— MATERIAL FOR THIS TASK —
──────────

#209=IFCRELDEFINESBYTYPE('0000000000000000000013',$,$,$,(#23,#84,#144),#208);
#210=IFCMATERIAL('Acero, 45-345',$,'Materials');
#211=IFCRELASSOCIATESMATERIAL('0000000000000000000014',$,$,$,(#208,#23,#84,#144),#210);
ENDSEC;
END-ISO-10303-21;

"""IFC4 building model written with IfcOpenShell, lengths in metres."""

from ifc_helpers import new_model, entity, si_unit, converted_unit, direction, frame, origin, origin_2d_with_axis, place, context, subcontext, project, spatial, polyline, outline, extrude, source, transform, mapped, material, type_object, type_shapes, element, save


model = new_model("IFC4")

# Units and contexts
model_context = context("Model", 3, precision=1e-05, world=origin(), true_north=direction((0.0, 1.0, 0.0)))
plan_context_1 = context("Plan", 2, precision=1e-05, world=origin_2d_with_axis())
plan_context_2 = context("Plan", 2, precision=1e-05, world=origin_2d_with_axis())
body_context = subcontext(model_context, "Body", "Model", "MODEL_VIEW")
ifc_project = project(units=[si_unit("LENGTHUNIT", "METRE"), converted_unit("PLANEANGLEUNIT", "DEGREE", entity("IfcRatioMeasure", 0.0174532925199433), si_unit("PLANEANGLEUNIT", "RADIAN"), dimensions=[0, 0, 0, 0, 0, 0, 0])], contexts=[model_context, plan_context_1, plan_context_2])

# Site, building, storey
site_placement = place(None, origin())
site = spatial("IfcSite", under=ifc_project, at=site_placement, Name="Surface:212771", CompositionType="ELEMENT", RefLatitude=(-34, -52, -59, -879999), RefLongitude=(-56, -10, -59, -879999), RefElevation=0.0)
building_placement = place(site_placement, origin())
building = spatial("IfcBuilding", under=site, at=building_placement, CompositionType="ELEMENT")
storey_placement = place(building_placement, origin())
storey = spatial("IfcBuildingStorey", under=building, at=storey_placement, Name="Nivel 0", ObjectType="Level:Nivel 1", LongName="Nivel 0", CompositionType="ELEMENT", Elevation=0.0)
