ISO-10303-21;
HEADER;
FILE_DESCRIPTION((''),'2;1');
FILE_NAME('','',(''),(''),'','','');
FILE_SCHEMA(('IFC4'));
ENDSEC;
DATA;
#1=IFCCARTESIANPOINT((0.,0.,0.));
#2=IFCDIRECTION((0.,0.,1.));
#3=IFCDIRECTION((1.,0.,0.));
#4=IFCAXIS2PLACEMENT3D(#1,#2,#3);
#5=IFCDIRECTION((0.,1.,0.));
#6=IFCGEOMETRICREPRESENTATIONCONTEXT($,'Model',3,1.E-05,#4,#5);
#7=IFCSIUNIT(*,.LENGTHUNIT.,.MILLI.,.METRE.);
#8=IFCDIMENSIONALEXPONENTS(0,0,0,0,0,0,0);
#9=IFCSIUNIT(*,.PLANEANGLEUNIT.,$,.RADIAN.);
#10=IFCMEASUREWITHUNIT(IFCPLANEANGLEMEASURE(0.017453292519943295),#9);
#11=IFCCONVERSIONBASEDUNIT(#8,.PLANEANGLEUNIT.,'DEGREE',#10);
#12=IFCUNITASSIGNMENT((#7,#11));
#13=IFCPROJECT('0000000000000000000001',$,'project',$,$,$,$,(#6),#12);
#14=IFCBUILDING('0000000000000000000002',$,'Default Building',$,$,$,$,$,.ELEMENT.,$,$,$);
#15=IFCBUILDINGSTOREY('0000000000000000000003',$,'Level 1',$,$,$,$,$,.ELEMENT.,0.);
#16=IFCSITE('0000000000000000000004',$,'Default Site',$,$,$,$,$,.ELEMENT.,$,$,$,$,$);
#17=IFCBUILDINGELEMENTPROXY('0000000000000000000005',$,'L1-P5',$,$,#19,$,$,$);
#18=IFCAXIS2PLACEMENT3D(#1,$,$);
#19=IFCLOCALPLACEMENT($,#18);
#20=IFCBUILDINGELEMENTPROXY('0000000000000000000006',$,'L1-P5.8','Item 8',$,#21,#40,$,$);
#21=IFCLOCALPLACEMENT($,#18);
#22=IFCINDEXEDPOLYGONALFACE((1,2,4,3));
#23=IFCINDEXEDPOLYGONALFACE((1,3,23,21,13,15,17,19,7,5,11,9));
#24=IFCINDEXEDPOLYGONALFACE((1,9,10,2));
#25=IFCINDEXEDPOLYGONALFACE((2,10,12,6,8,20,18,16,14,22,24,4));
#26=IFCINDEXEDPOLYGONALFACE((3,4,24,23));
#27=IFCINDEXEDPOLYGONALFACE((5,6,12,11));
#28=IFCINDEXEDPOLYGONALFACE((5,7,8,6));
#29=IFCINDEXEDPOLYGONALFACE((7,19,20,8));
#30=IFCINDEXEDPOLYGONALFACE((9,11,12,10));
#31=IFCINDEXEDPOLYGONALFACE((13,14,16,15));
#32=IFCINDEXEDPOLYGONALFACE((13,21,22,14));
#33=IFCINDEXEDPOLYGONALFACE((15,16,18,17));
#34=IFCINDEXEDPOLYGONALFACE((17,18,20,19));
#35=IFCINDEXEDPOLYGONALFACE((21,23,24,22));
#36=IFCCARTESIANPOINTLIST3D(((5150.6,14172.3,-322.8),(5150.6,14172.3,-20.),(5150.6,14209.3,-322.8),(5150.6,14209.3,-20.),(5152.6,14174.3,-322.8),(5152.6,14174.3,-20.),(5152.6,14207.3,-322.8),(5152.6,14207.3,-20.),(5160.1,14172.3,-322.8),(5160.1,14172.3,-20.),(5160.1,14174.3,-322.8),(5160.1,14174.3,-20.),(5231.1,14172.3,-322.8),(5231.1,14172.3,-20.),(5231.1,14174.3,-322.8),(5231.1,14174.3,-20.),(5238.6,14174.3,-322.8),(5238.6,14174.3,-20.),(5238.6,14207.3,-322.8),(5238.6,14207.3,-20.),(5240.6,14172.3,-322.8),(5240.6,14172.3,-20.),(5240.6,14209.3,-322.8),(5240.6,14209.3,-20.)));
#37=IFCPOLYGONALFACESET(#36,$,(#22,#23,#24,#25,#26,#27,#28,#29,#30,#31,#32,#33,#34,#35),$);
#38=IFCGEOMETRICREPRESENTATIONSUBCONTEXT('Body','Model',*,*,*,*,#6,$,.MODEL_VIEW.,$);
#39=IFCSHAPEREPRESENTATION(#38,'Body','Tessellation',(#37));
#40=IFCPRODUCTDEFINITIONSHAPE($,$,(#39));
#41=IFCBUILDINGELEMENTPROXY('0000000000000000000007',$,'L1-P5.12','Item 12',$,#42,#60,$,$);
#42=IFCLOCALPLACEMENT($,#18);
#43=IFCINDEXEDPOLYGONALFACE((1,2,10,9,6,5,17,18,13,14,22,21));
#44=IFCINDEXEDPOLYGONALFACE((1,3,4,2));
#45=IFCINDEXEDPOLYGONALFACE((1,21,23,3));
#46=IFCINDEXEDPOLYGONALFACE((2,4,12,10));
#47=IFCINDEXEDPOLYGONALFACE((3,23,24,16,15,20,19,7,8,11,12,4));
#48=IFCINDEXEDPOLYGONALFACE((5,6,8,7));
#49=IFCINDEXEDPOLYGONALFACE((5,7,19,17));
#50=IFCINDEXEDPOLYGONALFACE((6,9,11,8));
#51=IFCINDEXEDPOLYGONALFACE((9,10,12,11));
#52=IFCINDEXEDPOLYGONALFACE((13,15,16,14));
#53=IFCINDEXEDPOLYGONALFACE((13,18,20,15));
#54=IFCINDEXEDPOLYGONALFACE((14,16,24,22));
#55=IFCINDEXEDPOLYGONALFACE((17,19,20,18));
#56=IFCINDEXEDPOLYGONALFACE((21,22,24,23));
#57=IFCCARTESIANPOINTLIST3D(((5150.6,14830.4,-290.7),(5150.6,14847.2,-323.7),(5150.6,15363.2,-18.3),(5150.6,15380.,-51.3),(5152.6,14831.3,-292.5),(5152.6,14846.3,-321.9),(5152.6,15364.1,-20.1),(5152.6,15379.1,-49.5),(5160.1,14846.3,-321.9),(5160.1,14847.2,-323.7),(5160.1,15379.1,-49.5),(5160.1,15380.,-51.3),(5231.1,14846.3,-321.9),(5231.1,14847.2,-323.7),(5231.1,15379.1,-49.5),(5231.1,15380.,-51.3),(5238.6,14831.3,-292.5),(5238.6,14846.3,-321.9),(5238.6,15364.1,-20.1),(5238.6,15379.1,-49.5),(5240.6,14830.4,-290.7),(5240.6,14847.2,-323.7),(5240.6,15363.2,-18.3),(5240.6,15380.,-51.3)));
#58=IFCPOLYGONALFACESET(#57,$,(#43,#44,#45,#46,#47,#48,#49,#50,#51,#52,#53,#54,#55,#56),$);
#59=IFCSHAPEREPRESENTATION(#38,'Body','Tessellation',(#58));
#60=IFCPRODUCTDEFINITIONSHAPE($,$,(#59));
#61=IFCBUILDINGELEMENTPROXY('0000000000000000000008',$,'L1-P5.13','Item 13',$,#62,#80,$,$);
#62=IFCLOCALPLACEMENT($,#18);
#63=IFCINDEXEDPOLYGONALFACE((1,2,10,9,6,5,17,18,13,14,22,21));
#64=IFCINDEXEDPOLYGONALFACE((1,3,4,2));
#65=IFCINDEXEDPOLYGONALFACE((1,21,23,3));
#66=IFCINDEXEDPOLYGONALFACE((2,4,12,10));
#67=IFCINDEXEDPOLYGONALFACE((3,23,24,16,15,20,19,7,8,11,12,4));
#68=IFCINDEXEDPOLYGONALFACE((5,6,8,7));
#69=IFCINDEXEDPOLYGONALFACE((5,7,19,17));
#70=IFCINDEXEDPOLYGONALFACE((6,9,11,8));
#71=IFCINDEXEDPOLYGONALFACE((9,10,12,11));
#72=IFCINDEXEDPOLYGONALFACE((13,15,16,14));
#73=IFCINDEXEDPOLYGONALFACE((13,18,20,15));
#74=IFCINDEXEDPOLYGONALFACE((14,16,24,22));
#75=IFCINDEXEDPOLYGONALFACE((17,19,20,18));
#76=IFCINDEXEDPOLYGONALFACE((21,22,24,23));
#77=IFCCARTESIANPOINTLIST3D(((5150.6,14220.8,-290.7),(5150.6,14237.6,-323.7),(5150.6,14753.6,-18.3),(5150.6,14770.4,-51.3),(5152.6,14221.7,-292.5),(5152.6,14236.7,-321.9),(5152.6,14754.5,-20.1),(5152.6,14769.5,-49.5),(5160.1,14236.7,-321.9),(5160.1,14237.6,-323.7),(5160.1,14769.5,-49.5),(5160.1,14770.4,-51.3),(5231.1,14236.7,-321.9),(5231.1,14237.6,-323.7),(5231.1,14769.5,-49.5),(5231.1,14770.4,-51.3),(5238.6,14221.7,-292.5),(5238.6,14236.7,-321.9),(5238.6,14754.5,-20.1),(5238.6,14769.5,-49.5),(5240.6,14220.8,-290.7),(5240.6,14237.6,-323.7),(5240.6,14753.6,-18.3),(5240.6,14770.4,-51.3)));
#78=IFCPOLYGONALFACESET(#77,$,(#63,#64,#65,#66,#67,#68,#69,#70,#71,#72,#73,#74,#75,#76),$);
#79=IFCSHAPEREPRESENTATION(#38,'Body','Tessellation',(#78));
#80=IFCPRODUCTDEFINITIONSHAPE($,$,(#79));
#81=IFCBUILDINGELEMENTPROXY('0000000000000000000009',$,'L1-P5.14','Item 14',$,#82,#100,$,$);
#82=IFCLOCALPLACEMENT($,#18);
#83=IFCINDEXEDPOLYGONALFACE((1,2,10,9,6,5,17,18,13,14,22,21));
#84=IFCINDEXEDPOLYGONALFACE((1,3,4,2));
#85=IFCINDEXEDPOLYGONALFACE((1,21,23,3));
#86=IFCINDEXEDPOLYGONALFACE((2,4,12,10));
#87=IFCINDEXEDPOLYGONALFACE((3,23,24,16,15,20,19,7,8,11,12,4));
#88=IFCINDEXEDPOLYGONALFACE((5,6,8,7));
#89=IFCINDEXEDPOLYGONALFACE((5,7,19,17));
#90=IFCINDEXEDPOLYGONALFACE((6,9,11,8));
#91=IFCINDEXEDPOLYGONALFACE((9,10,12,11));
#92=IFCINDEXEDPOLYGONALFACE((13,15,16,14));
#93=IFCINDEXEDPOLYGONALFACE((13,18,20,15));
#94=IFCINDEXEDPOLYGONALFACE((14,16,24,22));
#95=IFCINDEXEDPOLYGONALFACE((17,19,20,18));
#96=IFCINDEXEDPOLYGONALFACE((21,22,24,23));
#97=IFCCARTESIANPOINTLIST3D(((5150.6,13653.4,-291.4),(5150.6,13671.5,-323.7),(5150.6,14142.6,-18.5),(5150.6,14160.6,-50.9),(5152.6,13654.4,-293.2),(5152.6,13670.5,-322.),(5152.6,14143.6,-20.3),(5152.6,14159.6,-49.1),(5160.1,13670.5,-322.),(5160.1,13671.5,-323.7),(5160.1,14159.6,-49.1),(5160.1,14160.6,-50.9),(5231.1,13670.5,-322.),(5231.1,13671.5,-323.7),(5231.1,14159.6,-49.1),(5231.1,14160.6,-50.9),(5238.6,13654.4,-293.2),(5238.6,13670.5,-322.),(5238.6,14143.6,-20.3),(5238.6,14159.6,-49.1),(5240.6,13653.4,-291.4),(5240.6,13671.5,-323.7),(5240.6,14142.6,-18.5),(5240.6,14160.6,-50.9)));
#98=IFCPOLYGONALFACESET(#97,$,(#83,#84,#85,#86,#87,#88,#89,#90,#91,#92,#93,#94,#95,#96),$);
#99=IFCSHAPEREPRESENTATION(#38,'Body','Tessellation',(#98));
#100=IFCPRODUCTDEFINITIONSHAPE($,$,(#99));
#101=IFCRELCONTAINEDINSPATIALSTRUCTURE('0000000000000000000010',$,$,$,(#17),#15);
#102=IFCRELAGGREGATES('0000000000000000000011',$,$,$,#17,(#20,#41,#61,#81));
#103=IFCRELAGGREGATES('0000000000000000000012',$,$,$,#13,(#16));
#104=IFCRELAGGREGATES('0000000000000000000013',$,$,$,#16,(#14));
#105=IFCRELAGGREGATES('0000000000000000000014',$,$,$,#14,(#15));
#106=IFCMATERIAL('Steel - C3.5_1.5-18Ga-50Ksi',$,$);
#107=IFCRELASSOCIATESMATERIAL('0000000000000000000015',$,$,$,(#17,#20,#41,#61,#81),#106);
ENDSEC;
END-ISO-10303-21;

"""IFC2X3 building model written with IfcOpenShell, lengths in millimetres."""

from ifc_helpers import new_model, entity, si_unit, converted_unit, direction, frame, origin, origin_with_axes, origin_2d_with_axis, place, context, subcontext, project, spatial, c_section, extrude, material, element, aggregate, save


model = new_model("IFC2X3")

# Units and contexts
model_context = context("Model", 3, precision=1e-05, world=origin_with_axes(), true_north=direction((0.0, 1.0, 0.0)))
body_context = subcontext(model_context, "Body", "Model", "MODEL_VIEW")
ifc_project = project(units=[si_unit("LENGTHUNIT", "METRE", prefix="MILLI"), converted_unit("PLANEANGLEUNIT", "DEGREE", entity("IfcPlaneAngleMeasure", 0.017453292519943295), si_unit("PLANEANGLEUNIT", "RADIAN"), dimensions=[0, 0, 0, 0, 0, 0, 0])], contexts=[model_context])

# Site, building, storey
site = spatial("IfcSite", under=ifc_project, Name="Default Site", CompositionType="ELEMENT")
building = spatial("IfcBuilding", under=site, Name="Default Building", CompositionType="ELEMENT")
storey = spatial("IfcBuildingStorey", under=building, Name="Level 1", CompositionType="ELEMENT", Elevation=0.0)

# Shared definitions
ifc_material_1 = material(Name="Steel - C3.5_1.5-18Ga-50Ksi")

# Building element proxies
proxy_1 = element("IfcBuildingElementProxy", 1, inside=storey, material=ifc_material_1, Name="L1-P5")
proxy_2_placement = place(None, frame((5195.6, 14190.8, -322.8), z_axis=(0.0, 0.0, 1.0), x_axis=(0.0, -37.0, 0.0)))
proxy_2 = element("IfcBuildingElementProxy", 2, at=proxy_2_placement, material=ifc_material_1, Name="L1-P5.8", Description="Item 8", context=body_context, shape_type="SweptSolid", body=[
    extrude(c_section(Depth=90.0, Width=37.0, WallThickness=2.0, Girth=9.5, at=origin_2d_with_axis()), origin(), (0.0, 0.0, 1.0), 302.8),
])
proxy_3_placement = place(None, frame((5195.6, 15371.6, -34.8), z_axis=(0.0, -0.89, -0.455), x_axis=(0.0, 16.852, -32.94)))
proxy_3 = element("IfcBuildingElementProxy", 3, at=proxy_3_placement, material=ifc_material_1, Name="L1-P5.12", Description="Item 12", context=body_context, shape_type="SweptSolid", body=[
    extrude(c_section(Depth=90.0, Width=37.0, WallThickness=2.0, Girth=9.5, at=origin_2d_with_axis()), origin(), (0.0, 0.0, 1.0), 598.4),
])
proxy_4_placement = place(None, frame((5195.6, 14762.0, -34.8), z_axis=(0.0, -0.89, -0.455), x_axis=(0.0, 16.852, -32.94)))
proxy_4 = element("IfcBuildingElementProxy", 4, at=proxy_4_placement, material=ifc_material_1, Name="L1-P5.13", Description="Item 13", context=body_context, shape_type="SweptSolid", body=[
    extrude(c_section(Depth=90.0, Width=37.0, WallThickness=2.0, Girth=9.5, at=origin_2d_with_axis()), origin(), (0.0, 0.0, 1.0), 598.4),
])
proxy_5_placement = place(None, frame((5195.6, 14151.6, -34.7), z_axis=(0.0, -0.873, -0.487), x_axis=(0.0, 18.021, -32.315)))
proxy_5 = element("IfcBuildingElementProxy", 5, at=proxy_5_placement, material=ifc_material_1, Name="L1-P5.14", Description="Item 14", context=body_context, shape_type="SweptSolid", body=[
    extrude(c_section(Depth=90.0, Width=37.0, WallThickness=2.0, Girth=9.5, at=origin_2d_with_axis()), origin(), (0.0, 0.0, 1.0), 560.1),
])
aggregate(proxy_1, [proxy_2, proxy_3, proxy_4, proxy_5])

save(model, "model.ifc")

──────────

— TASK ITEM —
Where the listing above reaches the line that contains "#42=IFCLOCALPLACEMENT($,#18);", start retyping, and finish with the line that contains "#52=IFCINDEXEDPOLYGONALFACE((13,15,16,14));"; reproduce those lines exactly and no others.

— RESPONSE BOX —
#42=IFCLOCALPLACEMENT($,#18);
#43=IFCINDEXEDPOLYGONALFACE((1,2,10,9,6,5,17,18,13,14,22,21));
#44=IFCINDEXEDPOLYGONALFACE((1,3,4,2));
#45=IFCINDEXEDPOLYGONALFACE((1,21,23,3));
#46=IFCINDEXEDPOLYGONALFACE((2,4,12,10));
#47=IFCINDEXEDPOLYGONALFACE((3,23,24,16,15,20,19,7,8,11,12,4));
#48=IFCINDEXEDPOLYGONALFACE((5,6,8,7));
#49=IFCINDEXEDPOLYGONALFACE((5,7,19,17));
#50=IFCINDEXEDPOLYGONALFACE((6,9,11,8));
#51=IFCINDEXEDPOLYGONALFACE((9,10,12,11));
#52=IFCINDEXEDPOLYGONALFACE((13,15,16,14));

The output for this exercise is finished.